From a safety-critical standpoint, I've always found this article interesting but strange. You want both, before taking into account any data from anything outside of the system. Do both. As soon as possible. Don't propagate data you haven't validated in any way your spec says so. If you have more stringent specs than any standard you're using, be explicit about it, reject the data with a clear failure report. Check for anything that could be corrupted, misformated, something that you're not expecting and could cause unexpected behaviour.

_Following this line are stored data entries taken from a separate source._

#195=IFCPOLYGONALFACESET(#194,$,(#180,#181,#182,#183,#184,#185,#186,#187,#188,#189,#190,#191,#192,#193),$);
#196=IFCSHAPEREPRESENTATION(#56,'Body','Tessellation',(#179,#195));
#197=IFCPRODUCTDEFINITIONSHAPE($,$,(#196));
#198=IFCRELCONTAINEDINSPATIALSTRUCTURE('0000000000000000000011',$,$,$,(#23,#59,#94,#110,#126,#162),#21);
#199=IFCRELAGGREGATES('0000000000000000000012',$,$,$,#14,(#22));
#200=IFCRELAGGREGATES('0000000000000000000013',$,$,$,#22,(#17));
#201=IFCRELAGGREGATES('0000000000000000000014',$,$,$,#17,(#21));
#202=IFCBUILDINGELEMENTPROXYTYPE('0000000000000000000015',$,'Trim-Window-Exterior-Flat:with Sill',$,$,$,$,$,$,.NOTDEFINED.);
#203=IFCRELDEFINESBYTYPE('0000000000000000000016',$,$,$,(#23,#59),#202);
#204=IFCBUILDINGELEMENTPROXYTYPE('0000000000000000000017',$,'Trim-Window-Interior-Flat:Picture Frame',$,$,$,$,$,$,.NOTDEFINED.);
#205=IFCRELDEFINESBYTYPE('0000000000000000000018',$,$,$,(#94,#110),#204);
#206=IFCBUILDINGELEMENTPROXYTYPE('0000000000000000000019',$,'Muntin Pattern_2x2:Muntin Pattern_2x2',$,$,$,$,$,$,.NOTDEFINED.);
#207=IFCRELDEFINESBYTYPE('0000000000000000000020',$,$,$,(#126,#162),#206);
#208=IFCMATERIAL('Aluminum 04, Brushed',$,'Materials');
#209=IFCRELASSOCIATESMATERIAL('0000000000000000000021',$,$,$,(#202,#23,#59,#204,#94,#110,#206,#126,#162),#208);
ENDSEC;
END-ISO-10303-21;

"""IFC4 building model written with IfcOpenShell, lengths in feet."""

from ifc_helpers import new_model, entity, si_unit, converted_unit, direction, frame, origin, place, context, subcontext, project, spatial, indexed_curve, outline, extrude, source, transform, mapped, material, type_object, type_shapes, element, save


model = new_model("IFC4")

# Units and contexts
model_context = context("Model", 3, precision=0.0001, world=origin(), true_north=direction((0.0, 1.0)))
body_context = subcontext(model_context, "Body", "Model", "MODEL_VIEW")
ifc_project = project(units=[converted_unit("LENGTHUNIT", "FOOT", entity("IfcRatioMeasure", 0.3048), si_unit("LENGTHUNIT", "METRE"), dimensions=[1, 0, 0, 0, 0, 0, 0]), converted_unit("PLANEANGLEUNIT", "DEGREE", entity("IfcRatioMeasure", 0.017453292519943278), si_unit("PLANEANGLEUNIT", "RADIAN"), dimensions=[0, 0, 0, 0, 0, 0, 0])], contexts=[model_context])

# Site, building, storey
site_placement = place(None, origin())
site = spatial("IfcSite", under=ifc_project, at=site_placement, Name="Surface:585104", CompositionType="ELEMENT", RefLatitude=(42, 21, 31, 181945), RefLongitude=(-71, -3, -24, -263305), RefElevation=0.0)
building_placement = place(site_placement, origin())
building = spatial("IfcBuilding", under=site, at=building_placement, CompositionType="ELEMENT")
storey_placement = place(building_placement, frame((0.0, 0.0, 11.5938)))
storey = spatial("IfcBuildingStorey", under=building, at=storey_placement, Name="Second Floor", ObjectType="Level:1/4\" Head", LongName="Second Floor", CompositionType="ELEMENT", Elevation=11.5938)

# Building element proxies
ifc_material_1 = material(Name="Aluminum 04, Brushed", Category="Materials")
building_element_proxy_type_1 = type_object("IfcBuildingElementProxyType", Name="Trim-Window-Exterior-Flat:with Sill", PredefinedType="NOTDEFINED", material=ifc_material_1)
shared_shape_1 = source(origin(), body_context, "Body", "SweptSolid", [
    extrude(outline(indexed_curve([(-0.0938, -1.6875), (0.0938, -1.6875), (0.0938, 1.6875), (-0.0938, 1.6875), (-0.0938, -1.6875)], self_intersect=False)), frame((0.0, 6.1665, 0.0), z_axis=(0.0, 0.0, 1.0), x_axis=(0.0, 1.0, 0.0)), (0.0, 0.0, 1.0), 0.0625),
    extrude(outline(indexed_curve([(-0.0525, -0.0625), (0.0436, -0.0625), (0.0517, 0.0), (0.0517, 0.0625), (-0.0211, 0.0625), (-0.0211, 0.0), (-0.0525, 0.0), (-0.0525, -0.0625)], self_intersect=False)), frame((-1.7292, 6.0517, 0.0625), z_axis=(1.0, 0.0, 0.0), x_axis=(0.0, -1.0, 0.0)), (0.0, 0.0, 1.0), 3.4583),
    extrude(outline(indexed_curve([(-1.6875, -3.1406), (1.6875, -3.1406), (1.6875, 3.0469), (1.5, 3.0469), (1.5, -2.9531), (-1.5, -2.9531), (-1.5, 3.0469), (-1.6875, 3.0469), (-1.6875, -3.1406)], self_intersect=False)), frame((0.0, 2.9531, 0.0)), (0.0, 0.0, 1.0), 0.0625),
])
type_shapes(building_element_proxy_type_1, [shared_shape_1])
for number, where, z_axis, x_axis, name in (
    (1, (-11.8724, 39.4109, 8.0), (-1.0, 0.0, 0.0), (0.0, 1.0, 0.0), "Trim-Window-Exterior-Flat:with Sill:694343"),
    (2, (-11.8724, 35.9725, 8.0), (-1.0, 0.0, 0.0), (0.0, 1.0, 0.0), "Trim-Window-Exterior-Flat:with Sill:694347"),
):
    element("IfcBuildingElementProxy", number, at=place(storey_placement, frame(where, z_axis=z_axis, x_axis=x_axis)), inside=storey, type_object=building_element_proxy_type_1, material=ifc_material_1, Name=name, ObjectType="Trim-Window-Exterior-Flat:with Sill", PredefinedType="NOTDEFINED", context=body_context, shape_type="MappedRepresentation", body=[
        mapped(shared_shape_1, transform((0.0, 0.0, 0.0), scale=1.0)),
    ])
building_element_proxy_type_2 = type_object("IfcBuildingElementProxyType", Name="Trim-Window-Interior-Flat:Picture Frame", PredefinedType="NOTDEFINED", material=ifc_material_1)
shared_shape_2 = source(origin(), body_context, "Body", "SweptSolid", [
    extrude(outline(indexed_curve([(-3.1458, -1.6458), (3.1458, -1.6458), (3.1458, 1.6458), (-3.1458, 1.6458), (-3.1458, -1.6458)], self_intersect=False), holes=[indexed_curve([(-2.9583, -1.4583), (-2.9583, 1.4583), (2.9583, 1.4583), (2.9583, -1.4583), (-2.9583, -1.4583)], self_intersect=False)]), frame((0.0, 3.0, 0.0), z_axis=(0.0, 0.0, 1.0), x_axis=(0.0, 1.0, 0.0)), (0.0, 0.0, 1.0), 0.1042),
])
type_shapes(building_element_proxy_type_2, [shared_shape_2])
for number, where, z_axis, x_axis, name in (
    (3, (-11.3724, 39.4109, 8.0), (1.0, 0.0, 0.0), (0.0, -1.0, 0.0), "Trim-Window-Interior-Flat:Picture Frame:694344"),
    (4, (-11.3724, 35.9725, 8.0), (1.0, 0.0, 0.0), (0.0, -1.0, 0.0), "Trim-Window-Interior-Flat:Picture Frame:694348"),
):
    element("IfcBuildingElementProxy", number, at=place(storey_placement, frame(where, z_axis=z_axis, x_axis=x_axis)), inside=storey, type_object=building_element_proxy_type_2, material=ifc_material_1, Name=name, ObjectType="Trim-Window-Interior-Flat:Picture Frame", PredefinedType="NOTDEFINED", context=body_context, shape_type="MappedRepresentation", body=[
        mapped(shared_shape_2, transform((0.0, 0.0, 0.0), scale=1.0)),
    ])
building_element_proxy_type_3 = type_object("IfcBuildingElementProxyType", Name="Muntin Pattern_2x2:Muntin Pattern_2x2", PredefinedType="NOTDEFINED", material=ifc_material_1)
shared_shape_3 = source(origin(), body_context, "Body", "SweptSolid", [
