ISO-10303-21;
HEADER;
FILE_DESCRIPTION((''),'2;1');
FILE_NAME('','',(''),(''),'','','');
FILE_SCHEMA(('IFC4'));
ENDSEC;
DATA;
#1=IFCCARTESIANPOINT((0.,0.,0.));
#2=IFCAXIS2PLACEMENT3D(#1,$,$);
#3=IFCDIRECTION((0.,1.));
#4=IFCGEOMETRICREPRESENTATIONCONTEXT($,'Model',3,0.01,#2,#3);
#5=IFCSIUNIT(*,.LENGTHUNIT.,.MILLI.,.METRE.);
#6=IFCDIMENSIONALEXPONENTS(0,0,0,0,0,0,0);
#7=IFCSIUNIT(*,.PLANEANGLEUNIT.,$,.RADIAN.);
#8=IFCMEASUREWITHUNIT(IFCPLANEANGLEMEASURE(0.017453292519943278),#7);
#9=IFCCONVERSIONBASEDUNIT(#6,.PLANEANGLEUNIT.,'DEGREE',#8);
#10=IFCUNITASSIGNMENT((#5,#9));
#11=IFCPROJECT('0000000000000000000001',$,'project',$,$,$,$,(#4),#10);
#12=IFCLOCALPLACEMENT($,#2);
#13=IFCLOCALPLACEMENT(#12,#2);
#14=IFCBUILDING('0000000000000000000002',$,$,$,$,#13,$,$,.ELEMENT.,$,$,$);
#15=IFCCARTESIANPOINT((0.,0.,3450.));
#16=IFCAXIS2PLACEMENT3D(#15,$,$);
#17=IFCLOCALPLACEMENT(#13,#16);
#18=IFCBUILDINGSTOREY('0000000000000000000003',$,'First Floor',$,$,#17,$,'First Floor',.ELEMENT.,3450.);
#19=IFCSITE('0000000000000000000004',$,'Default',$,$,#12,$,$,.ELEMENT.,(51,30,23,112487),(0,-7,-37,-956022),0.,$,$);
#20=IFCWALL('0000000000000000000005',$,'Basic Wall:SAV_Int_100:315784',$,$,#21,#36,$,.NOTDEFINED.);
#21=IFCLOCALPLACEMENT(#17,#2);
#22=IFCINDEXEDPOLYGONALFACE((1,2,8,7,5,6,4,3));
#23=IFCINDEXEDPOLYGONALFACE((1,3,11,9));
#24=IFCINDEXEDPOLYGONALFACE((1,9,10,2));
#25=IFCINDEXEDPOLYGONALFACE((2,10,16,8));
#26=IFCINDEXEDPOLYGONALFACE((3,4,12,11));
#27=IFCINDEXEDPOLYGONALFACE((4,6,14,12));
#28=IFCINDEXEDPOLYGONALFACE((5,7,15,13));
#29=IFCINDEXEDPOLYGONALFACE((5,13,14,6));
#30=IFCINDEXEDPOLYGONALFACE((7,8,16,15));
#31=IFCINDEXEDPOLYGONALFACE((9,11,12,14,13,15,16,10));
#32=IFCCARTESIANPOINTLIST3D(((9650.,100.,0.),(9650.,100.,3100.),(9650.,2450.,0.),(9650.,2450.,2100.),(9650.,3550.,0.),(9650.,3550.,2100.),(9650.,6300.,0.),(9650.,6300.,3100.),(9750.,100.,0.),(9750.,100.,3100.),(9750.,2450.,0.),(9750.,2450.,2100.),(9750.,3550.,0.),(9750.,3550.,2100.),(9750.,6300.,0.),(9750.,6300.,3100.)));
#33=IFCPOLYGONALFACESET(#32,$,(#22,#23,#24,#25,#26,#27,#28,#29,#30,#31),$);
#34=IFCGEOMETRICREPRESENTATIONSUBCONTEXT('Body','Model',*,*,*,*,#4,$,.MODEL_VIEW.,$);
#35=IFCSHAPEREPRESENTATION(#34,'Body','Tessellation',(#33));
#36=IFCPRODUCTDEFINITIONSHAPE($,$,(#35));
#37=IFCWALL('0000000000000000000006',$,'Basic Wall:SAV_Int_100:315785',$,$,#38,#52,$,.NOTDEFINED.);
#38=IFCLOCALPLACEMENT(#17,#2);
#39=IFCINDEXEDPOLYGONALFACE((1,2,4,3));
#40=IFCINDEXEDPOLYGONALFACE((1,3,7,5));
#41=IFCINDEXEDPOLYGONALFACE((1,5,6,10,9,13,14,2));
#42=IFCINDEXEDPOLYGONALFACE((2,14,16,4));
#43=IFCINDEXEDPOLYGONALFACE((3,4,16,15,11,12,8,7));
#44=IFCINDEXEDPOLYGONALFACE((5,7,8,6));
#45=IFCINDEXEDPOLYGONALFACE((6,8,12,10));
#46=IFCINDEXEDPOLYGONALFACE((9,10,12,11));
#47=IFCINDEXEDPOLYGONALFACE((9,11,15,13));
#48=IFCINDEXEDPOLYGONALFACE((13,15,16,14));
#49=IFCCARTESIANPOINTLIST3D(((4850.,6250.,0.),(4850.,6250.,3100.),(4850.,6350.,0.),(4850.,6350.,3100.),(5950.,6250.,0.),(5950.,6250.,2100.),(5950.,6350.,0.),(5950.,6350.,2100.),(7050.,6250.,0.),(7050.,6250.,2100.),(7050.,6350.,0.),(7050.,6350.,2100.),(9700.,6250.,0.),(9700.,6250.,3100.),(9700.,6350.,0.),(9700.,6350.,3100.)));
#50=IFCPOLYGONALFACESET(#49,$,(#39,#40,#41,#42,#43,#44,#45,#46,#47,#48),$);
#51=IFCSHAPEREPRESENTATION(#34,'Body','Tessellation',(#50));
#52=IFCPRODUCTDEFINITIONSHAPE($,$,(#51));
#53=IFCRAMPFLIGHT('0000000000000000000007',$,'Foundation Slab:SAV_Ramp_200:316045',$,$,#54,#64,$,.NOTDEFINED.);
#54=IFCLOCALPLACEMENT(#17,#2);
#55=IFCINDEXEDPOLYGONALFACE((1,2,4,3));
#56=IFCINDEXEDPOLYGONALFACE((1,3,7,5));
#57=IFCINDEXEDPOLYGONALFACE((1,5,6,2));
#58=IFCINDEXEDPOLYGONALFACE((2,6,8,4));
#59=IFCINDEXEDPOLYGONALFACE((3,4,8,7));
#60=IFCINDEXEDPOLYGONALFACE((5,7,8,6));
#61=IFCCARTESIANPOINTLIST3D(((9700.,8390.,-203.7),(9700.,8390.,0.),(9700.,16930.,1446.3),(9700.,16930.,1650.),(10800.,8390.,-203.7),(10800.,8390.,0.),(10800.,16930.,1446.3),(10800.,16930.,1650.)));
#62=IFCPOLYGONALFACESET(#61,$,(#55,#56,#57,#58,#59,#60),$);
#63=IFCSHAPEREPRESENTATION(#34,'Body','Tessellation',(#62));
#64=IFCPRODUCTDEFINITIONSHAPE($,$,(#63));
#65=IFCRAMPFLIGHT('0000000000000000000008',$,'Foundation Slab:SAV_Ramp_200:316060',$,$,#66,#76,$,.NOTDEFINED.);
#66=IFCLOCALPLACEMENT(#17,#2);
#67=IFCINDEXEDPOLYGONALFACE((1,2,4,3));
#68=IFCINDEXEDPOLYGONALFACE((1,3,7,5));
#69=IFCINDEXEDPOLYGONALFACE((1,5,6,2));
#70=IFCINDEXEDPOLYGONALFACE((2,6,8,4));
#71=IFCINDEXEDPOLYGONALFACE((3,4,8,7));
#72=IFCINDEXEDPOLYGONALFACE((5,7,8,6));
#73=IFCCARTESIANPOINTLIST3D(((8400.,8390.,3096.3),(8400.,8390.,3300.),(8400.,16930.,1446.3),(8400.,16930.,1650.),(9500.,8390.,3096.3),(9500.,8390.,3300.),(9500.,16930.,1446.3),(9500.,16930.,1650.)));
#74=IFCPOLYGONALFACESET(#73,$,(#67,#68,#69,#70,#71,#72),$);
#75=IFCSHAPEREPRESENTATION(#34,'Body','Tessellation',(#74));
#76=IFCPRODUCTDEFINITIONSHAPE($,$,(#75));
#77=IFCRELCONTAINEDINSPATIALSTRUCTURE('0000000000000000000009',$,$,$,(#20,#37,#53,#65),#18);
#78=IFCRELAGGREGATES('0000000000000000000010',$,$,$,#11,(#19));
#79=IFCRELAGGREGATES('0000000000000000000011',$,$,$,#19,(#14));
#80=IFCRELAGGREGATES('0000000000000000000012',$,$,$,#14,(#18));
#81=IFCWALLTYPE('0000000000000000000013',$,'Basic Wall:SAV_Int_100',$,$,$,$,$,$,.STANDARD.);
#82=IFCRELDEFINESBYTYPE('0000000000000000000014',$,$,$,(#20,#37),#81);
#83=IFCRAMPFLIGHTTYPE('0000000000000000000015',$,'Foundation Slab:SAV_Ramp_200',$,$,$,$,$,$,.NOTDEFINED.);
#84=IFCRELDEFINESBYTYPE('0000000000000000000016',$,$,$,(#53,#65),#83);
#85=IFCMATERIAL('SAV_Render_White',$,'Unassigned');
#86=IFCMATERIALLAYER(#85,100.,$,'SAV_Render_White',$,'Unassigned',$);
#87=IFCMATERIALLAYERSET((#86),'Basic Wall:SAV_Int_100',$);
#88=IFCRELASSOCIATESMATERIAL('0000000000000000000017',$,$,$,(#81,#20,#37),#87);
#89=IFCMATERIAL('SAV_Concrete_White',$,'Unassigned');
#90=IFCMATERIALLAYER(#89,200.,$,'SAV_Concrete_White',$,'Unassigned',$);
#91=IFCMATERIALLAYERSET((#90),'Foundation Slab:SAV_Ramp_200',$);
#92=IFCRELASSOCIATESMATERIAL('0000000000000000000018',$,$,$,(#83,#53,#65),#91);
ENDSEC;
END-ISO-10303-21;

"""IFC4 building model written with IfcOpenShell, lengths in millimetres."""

from ifc_helpers import new_model, entity, si_unit, converted_unit, direction, frame, frame_2d, origin, place, context, subcontext, project, spatial, rectangle, extrude, clip, halfspace, material, layer, layer_set, layer_usage, type_object, element, save


model = new_model("IFC4")

# Units and contexts
model_context = context("Model", 3, precision=0.01, world=origin(), true_north=direction((0.0, 1.0)))
body_context = subcontext(model_context, "Body", "Model", "MODEL_VIEW")
ifc_project = project(units=[si_unit("LENGTHUNIT", "METRE", prefix="MILLI"), converted_unit("PLANEANGLEUNIT", "DEGREE", entity("IfcPlaneAngleMeasure", 0.017453292519943278), si_unit("PLANEANGLEUNIT", "RADIAN"), dimensions=[0, 0, 0, 0, 0, 0, 0])], contexts=[model_context])

# Site, building, storey
site_placement = place(None, origin())
site = spatial("IfcSite", under=ifc_project, at=site_placement, Name="Default", CompositionType="ELEMENT", RefLatitude=(51, 30, 23, 112487), RefLongitude=(0, -7, -37, -956022), RefElevation=0.0)
building_placement = place(site_placement, origin())
building = spatial("IfcBuilding", under=site, at=building_placement, CompositionType="ELEMENT")
storey_placement = place(building_placement, frame((0.0, 0.0, 3450.0)))
storey = spatial("IfcBuildingStorey", under=building, at=storey_placement, Name="First Floor", LongName="First Floor", CompositionType="ELEMENT", Elevation=3450.0)

# Shared definitions
ifc_material_1 = material(Name="SAV_Concrete_White", Category="Unassigned")

# Shared definitions
ifc_layer_1 = layer(ifc_material_1, 200.0, Name="SAV_Concrete_White", Category="Unassigned")
ifc_layer_set_1 = layer_set([ifc_layer_1], Name="Foundation Slab:SAV_Ramp_200")

# Shared definitions
ifc_material_2 = material(Name="SAV_Render_White", Category="Unassigned")

# Shared definitions
ifc_layer_2 = layer(ifc_material_2, 100.0, Name="SAV_Render_White", Category="Unassigned")
ifc_layer_set_2 = layer_set([ifc_layer_2], Name="Basic Wall:SAV_Int_100")
wall_type_1 = type_object("IfcWallType", Name="Basic Wall:SAV_Int_100", PredefinedType="STANDARD", material=ifc_layer_set_2)

# Walls, openings
ifc_layer_usage_1 = layer_usage(ifc_layer_set_2, "AXIS2", "NEGATIVE", 50.0)
wall_1_placement = place(storey_placement, frame((9700.0, 100.0, 0.0), z_axis=(0.0, 0.0, 1.0), x_axis=(0.0, 1.0, 0.0)))
wall_1 = element("IfcWall", 1, at=wall_1_placement, inside=storey, type_object=wall_type_1, material=ifc_layer_usage_1, Name="Basic Wall:SAV_Int_100:315784", PredefinedType="NOTDEFINED", context=body_context, shape_type="SweptSolid", body=[
    extrude(rectangle(XDim=6200.0, YDim=100.0, at=frame_2d((3100.0, 0.0), x_axis=(1.0, 0.0))), origin(), (0.0, 0.0, 1.0), 3100.0),
])
opening_1_placement = place(wall_1_placement, frame((2350.0, -50.0, 0.0)))
element("IfcOpeningElement", 2, at=opening_1_placement, cuts=wall_1, PredefinedType="OPENING", context=body_context, shape_type="SweptSolid", body=[
    extrude(rectangle(XDim=2100.0, YDim=1100.0, at=frame_2d((1050.0, 550.0), x_axis=(1.0, 0.0))), frame((0.0, 0.0, 0.0), z_axis=(0.0, 1.0, 0.0), x_axis=(0.0, 0.0, 1.0)), (0.0, 0.0, 1.0), 100.0),
])
ifc_layer_usage_2 = layer_usage(ifc_layer_set_2, "AXIS2", "NEGATIVE", 50.0)
wall_2_placement = place(storey_placement, frame((4850.0, 6300.0, 0.0)))
wall_2 = element("IfcWall", 3, at=wall_2_placement, inside=storey, type_object=wall_type_1, material=ifc_layer_usage_2, Name="Basic Wall:SAV_Int_100:315785", PredefinedType="NOTDEFINED", context=body_context, shape_type="SweptSolid", body=[
    extrude(rectangle(XDim=4850.0, YDim=100.0, at=frame_2d((2425.0, 0.0), x_axis=(-1.0, 0.0))), origin(), (0.0, 0.0, 1.0), 3100.0),
])
opening_2_placement = place(wall_2_placement, frame((1100.0, -50.0, 0.0)))
element("IfcOpeningElement", 4, at=opening_2_placement, cuts=wall_2, PredefinedType="OPENING", context=body_context, shape_type="SweptSolid", body=[
    extrude(rectangle(XDim=2100.0, YDim=1100.0, at=frame_2d((1050.0, 550.0), x_axis=(1.0, 0.0))), frame((0.0, 0.0, 0.0), z_axis=(0.0, 1.0, 0.0), x_axis=(0.0, 0.0, 1.0)), (0.0, 0.0, 1.0), 100.0),
])

# Ramp flights
ifc_layer_usage_3 = layer_usage(ifc_layer_set_1, "AXIS3", "POSITIVE", 0.0)
ramp_flight_type = type_object("IfcRampFlightType", Name="Foundation Slab:SAV_Ramp_200", PredefinedType="NOTDEFINED", material=ifc_layer_set_1)
ramp_flight_1_placement = place(storey_placement, origin())
element("IfcRampFlight", 5, at=ramp_flight_1_placement, inside=storey, type_object=ramp_flight_type, material=ifc_layer_usage_3, Name="Foundation Slab:SAV_Ramp_200:316045", PredefinedType="NOTDEFINED", context=body_context, shape_type="Clipping", body=[
    clip(clip(extrude(rectangle(XDim=8697.9, YDim=1100.0, at=frame_2d((0.0, 0.0), x_axis=(1.0, 0.0))), frame((10250.0, 12660.0, 825.0), z_axis=(0.0, 0.1897, -0.981842), x_axis=(0.0, 0.981842, 0.1897)), (-0.1897, 0.0, 0.981842), 207.5), halfspace(frame((10250.0, 8390.0, -203.7), z_axis=(0.0, 0.1897, -0.981842), x_axis=(0.0, 0.981842, 0.1897)), False)), halfspace(frame((10250.0, 8390.0, 0.0), z_axis=(0.0, -0.1897, 0.981842), x_axis=(0.0, -0.981842, -0.1897)), False)),
])
ifc_layer_usage_4 = layer_usage(ifc_layer_set_1, "AXIS3", "POSITIVE", 0.0)
ramp_flight_2_placement = place(storey_placement, origin())
element("IfcRampFlight", 6, at=ramp_flight_2_placement, inside=storey, type_object=ramp_flight_type, material=ifc_layer_usage_4, Name="Foundation Slab:SAV_Ramp_200:316060", PredefinedType="NOTDEFINED", context=body_context, shape_type="Clipping", body=[
    clip(clip(extrude(rectangle(XDim=8697.9, YDim=1100.0, at=frame_2d((0.0, 0.0), x_axis=(1.0, 0.0))), frame((8950.0, 12660.0, 2475.0), z_axis=(0.0, -0.1897, -0.981842), x_axis=(0.0, 0.981842, -0.1897)), (0.1897, 0.0, 0.981842), 207.5), halfspace(frame((8950.0, 16930.0, 1446.3), z_axis=(0.0, -0.1897, -0.981842), x_axis=(0.0, -0.981842, 0.1897)), False)), halfspace(frame((8950.0, 16930.0, 1650.0), z_axis=(0.0, 0.1897, 0.981842), x_axis=(0.0, 0.981842, -0.1897)), False)),
])

save(model, "model.ifc")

I feel the lack of investment in destroying the parsing- (and validation-) related classes of bugs is the worst oversight in the history of computing. We have the tools to build crash-proof parsers (spark, Frama-C, and custom model checked code generators such as recordflux) that - not being perfect in any way - if they had a tiny bit of the effort the security industry put in mending all the 'Postel's law' junk out there, we'd be working on other stuff.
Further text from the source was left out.